EXERCISE MATERIALS
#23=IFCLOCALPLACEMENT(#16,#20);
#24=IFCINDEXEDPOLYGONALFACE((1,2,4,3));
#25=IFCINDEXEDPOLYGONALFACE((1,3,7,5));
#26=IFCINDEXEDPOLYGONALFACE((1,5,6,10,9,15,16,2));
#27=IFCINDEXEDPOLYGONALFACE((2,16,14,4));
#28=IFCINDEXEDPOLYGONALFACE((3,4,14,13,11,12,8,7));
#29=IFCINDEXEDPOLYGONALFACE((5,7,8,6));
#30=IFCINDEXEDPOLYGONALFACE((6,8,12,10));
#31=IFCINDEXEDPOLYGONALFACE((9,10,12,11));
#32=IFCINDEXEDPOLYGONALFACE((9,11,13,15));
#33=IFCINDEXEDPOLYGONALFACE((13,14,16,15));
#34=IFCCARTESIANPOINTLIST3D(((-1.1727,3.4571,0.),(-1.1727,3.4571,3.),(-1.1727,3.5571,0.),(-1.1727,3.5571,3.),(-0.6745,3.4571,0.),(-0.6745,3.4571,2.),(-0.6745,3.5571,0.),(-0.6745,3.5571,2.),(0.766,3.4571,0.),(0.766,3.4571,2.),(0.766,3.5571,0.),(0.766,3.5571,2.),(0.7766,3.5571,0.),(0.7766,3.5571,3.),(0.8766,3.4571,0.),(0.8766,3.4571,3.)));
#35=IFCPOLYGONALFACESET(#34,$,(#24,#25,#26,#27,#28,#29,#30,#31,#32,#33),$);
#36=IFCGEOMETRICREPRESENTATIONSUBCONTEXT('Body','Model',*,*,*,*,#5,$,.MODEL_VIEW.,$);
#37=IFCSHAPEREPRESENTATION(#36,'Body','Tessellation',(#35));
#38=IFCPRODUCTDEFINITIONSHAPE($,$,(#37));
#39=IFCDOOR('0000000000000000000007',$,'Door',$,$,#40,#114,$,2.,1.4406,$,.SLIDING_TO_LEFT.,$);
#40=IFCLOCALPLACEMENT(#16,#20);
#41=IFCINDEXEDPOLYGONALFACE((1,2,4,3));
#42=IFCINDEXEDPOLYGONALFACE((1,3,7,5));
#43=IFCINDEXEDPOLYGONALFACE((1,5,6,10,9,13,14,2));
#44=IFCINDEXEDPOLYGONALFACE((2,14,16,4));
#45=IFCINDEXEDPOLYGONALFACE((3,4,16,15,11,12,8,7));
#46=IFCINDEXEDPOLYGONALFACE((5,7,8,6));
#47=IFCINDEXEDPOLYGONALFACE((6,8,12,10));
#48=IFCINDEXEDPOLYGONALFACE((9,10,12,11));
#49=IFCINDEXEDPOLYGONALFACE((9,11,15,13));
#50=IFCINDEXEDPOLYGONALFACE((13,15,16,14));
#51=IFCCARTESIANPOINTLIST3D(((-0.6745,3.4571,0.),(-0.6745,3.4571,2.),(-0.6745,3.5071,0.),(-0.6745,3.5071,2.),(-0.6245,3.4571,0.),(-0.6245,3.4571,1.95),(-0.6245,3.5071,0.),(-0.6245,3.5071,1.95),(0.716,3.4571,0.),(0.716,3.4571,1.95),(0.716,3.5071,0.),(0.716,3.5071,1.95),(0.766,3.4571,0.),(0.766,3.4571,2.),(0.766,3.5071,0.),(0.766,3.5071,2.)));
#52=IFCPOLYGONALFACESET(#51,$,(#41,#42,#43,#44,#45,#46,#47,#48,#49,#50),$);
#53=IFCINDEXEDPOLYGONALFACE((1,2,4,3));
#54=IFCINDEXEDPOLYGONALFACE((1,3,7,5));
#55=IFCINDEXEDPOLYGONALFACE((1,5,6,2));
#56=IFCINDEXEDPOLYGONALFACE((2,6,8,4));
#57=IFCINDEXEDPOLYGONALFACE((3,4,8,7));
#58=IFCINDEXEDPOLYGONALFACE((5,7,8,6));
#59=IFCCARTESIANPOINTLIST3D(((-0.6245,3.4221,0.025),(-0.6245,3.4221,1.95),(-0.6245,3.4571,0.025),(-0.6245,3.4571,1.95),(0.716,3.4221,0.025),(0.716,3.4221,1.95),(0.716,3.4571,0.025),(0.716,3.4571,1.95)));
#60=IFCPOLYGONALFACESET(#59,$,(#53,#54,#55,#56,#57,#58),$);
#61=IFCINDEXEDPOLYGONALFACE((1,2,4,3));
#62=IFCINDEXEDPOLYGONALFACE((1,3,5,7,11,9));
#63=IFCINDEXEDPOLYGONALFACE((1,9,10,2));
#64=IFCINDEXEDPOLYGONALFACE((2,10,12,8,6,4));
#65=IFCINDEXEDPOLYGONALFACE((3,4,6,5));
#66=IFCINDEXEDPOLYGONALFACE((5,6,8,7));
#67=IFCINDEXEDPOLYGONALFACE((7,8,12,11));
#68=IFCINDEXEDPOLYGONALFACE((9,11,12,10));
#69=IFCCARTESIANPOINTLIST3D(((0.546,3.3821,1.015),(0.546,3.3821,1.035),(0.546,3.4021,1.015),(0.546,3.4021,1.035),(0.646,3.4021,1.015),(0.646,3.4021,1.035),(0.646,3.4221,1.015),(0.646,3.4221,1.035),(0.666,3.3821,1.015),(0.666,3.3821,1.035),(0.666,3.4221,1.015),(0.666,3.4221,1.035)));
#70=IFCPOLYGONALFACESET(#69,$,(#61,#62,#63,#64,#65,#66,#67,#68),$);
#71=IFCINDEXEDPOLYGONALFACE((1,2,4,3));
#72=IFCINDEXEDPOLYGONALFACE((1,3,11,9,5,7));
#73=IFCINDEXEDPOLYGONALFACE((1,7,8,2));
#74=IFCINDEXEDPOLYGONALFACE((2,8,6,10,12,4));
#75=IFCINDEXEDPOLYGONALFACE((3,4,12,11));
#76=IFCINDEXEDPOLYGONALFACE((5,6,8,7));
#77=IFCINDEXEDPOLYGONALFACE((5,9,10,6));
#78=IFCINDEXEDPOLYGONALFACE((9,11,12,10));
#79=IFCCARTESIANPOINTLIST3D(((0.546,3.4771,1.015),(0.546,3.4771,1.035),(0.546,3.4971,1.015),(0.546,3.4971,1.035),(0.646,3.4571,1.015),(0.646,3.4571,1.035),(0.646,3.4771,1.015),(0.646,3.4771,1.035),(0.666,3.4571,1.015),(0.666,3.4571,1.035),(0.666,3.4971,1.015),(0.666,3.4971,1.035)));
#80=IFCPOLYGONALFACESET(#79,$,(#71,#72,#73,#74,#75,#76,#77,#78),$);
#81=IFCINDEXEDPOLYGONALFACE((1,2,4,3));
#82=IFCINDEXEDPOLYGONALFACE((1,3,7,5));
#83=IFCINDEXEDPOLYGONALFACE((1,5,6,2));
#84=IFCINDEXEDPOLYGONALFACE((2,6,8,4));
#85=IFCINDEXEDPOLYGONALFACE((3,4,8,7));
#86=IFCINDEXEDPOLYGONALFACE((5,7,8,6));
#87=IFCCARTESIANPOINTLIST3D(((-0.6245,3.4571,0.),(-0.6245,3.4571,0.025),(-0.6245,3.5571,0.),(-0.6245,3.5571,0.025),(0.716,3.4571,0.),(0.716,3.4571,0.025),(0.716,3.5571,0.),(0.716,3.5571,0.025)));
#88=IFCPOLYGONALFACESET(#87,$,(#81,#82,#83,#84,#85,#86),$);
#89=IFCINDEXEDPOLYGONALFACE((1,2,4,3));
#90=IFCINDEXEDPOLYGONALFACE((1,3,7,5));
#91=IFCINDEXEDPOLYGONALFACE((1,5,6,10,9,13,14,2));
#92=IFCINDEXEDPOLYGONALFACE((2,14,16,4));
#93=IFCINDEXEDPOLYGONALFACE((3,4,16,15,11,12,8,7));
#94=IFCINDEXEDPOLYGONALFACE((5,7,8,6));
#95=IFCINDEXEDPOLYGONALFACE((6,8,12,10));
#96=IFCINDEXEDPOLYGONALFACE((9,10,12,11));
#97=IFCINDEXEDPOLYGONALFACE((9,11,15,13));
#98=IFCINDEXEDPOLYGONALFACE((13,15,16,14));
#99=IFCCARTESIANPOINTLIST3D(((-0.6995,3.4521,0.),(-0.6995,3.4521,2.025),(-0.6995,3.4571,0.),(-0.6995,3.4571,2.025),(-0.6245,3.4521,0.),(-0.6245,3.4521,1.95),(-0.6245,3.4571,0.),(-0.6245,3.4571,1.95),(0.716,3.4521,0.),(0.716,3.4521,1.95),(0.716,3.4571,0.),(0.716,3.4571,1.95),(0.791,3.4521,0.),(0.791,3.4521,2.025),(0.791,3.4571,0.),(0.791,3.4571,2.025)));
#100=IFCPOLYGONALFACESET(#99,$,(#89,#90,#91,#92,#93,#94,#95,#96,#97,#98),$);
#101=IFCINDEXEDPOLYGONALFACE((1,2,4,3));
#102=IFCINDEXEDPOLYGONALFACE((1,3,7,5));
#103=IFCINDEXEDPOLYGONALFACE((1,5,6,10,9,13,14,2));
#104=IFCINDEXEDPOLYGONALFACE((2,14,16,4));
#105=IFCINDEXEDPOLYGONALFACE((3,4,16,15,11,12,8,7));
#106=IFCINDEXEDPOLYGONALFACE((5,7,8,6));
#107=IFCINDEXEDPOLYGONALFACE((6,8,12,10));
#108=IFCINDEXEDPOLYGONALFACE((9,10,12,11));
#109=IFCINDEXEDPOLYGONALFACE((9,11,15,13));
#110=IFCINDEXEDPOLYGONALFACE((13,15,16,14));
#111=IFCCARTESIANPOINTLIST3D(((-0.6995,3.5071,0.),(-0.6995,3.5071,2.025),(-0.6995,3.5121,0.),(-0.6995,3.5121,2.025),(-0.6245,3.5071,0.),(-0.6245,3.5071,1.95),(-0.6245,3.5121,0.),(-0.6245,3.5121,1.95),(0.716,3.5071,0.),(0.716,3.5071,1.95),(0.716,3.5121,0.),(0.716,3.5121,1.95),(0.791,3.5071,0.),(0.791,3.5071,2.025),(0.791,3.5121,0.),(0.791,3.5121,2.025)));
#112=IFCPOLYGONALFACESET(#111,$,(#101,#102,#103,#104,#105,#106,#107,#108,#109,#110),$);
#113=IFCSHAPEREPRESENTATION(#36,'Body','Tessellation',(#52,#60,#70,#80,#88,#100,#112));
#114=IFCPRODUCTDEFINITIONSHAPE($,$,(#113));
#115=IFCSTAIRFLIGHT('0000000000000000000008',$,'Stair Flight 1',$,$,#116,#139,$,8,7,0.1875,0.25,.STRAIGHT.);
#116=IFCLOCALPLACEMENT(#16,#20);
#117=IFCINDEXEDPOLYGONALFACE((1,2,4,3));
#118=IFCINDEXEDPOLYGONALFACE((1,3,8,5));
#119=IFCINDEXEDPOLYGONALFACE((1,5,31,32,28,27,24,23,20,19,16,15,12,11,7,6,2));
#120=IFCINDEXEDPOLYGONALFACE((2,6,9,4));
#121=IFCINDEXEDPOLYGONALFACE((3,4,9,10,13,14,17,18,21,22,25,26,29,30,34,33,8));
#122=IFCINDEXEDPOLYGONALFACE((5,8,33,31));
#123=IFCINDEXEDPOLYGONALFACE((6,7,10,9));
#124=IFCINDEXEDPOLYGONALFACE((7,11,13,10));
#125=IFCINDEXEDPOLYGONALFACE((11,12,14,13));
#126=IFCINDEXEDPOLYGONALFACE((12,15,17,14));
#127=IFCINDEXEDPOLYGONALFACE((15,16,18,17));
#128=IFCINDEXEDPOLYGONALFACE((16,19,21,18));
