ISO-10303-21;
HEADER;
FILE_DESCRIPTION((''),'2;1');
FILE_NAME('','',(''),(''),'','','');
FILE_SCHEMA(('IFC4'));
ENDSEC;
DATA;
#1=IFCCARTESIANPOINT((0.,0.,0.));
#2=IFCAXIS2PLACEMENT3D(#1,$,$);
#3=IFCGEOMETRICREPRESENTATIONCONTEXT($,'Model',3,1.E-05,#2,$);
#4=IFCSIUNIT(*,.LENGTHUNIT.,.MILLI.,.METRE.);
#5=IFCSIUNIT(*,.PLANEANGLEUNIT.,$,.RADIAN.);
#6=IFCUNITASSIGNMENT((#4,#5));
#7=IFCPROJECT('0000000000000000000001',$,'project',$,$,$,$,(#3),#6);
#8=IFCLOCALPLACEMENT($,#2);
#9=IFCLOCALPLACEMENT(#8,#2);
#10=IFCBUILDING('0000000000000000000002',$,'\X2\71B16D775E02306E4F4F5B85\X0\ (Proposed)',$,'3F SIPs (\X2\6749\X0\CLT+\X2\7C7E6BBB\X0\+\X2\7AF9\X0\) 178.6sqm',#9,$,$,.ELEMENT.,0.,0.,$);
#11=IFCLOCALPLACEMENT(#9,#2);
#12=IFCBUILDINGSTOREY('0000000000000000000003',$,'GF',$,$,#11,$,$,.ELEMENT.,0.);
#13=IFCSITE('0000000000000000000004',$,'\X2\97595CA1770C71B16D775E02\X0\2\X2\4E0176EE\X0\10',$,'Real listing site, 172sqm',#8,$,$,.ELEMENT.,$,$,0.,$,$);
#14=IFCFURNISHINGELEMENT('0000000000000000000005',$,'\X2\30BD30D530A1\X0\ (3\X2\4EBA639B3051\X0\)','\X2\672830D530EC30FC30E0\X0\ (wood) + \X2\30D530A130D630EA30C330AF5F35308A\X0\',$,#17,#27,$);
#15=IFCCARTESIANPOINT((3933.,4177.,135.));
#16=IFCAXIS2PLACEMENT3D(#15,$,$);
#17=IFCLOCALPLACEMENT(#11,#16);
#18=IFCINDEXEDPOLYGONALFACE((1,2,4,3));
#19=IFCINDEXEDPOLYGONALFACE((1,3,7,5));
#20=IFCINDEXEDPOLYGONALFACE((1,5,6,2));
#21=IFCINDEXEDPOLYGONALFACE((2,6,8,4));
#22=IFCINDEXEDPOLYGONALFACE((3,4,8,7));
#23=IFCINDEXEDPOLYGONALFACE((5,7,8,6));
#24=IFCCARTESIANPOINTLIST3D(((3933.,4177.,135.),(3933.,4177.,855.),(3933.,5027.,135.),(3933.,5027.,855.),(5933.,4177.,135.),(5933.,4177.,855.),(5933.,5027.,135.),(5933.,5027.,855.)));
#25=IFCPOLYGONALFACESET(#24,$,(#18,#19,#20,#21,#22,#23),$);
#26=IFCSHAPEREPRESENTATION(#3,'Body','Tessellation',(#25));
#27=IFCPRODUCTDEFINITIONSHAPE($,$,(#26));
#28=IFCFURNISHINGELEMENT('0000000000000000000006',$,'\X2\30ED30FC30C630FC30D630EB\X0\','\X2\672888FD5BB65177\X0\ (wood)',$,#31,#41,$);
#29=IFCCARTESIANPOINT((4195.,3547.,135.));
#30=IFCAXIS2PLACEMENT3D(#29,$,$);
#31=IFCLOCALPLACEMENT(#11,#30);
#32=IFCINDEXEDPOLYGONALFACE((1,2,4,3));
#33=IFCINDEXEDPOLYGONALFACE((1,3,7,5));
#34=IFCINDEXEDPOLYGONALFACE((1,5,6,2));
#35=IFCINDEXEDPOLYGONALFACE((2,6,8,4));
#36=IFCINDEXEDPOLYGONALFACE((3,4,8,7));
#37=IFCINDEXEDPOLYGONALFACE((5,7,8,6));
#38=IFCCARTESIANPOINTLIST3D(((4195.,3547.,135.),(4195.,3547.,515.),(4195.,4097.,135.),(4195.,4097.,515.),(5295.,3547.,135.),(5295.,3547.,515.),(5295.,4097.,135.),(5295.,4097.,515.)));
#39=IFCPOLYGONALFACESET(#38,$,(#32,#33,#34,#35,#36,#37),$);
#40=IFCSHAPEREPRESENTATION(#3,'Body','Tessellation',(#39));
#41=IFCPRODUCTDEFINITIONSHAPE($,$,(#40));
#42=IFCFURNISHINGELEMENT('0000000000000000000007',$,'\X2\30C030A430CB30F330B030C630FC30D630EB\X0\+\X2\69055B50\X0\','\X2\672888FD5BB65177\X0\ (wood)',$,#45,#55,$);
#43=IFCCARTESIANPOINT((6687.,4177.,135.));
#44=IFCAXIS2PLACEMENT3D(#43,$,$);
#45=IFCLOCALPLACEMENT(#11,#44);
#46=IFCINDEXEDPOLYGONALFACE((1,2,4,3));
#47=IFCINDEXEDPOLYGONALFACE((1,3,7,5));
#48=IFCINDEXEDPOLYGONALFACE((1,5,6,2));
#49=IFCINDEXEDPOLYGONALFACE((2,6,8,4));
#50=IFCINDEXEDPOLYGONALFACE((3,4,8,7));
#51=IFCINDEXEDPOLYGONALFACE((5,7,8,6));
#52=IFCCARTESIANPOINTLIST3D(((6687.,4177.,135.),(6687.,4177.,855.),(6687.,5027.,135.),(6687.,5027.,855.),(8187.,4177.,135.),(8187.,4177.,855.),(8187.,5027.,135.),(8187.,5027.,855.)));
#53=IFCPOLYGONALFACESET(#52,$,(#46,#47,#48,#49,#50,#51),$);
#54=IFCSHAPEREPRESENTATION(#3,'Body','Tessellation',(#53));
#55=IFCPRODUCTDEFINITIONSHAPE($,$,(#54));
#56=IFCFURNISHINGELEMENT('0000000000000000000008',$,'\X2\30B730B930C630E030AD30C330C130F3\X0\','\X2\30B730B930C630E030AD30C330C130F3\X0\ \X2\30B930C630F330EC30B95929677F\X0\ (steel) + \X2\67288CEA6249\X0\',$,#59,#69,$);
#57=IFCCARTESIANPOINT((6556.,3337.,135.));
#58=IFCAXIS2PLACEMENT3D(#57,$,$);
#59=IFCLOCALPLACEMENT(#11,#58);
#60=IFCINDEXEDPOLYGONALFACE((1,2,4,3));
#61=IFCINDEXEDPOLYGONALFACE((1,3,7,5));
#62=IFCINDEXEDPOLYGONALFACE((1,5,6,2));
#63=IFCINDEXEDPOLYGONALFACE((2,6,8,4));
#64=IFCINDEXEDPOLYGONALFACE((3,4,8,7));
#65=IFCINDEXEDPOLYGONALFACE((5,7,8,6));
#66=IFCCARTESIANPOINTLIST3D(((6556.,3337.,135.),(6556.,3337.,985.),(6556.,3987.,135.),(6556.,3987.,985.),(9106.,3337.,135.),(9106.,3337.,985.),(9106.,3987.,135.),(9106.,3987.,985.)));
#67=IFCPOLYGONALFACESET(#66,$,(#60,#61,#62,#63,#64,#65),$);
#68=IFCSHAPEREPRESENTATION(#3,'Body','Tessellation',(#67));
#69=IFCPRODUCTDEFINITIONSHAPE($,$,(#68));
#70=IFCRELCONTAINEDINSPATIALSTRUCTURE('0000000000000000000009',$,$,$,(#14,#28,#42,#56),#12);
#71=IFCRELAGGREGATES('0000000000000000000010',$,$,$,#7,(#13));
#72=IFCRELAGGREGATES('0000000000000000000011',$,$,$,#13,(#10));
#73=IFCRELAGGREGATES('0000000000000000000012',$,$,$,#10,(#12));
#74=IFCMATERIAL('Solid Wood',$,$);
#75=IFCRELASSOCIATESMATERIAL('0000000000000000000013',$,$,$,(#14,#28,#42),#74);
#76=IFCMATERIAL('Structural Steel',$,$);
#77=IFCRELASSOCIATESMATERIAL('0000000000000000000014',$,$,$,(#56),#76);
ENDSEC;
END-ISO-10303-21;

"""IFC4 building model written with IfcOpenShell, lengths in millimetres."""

from ifc_helpers import new_model, si_unit, frame, frame_2d, origin, place, context, project, spatial, rectangle, extrude, material, element, save


model = new_model("IFC4")

# Units and contexts
model_context = context("Model", 3, precision=1e-05, world=origin())
ifc_project = project(units=[si_unit("LENGTHUNIT", "METRE", prefix="MILLI"), si_unit("PLANEANGLEUNIT", "RADIAN")], contexts=[model_context])

# Site, building, storey
site_placement = place(None, origin())
site = spatial("IfcSite", under=ifc_project, at=site_placement, Name="静岡県熱海市2丁目10", ObjectType="Real listing site, 172sqm", CompositionType="ELEMENT", RefElevation=0.0)
building_placement = place(site_placement, origin())
building = spatial("IfcBuilding", under=site, at=building_placement, Name="熱海市の住宅 (Proposed)", ObjectType="3F SIPs (杉CLT+籾殻+竹) 178.6sqm", CompositionType="ELEMENT", ElevationOfRefHeight=0.0, ElevationOfTerrain=0.0)
storey_placement = place(building_placement, origin())
storey = spatial("IfcBuildingStorey", under=building, at=storey_placement, Name="GF", CompositionType="ELEMENT", Elevation=0.0)

# Shared definitions
ifc_material_1 = material(Name="Solid Wood")

# Furnishing elements
furnishing_1_placement = place(storey_placement, frame((3933.0, 4177.0, 135.0)))
element("IfcFurnishingElement", 1, at=furnishing_1_placement, inside=storey, material=ifc_material_1, Name="ソファ (3人掛け)", Description="木フレーム (wood) + ファブリック張り", context=model_context, shape_type="SweptSolid", body=[
    extrude(rectangle(XDim=2000.0, YDim=850.0, at=frame_2d((1000.0, 425.0))), frame((3933.0, 4177.0, 135.0)), (0.0, 0.0, 1.0), 720.0),
])
furnishing_2_placement = place(storey_placement, frame((4195.0, 3547.0, 135.0)))
element("IfcFurnishingElement", 2, at=furnishing_2_placement, inside=storey, material=ifc_material_1, Name="ローテーブル", Description="木製家具 (wood)", context=model_context, shape_type="SweptSolid", body=[
    extrude(rectangle(XDim=1100.0, YDim=550.0, at=frame_2d((550.0, 275.0))), frame((4195.0, 3547.0, 135.0)), (0.0, 0.0, 1.0), 380.0),
])
furnishing_3_placement = place(storey_placement, frame((6687.0, 4177.0, 135.0)))
element("IfcFurnishingElement", 3, at=furnishing_3_placement, inside=storey, material=ifc_material_1, Name="ダイニングテーブル+椅子", Description="木製家具 (wood)", context=model_context, shape_type="SweptSolid", body=[
    extrude(rectangle(XDim=1500.0, YDim=850.0, at=frame_2d((750.0, 425.0))), frame((6687.0, 4177.0, 135.0)), (0.0, 0.0, 1.0), 720.0),
])
ifc_material_2 = material(Name="Structural Steel")
furnishing_4_placement = place(storey_placement, frame((6556.0, 3337.0, 135.0)))
element("IfcFurnishingElement", 4, at=furnishing_4_placement, inside=storey, material=ifc_material_2, Name="システムキッチン", Description="システムキッチン ステンレス天板 (steel) + 木質扉", context=model_context, shape_type="SweptSolid", body=[
    extrude(rectangle(XDim=2550.0, YDim=650.0, at=frame_2d((1275.0, 325.0))), frame((6556.0, 3337.0, 135.0)), (0.0, 0.0, 1.0), 850.0),
])

save(model, "model.ifc")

YOUR GOAL
If a line in the entries above contains "IFCMATERIAL", report it.

RESULT
#74=IFCMATERIAL('Solid Wood',$,$);
#76=IFCMATERIAL('Structural Steel',$,$);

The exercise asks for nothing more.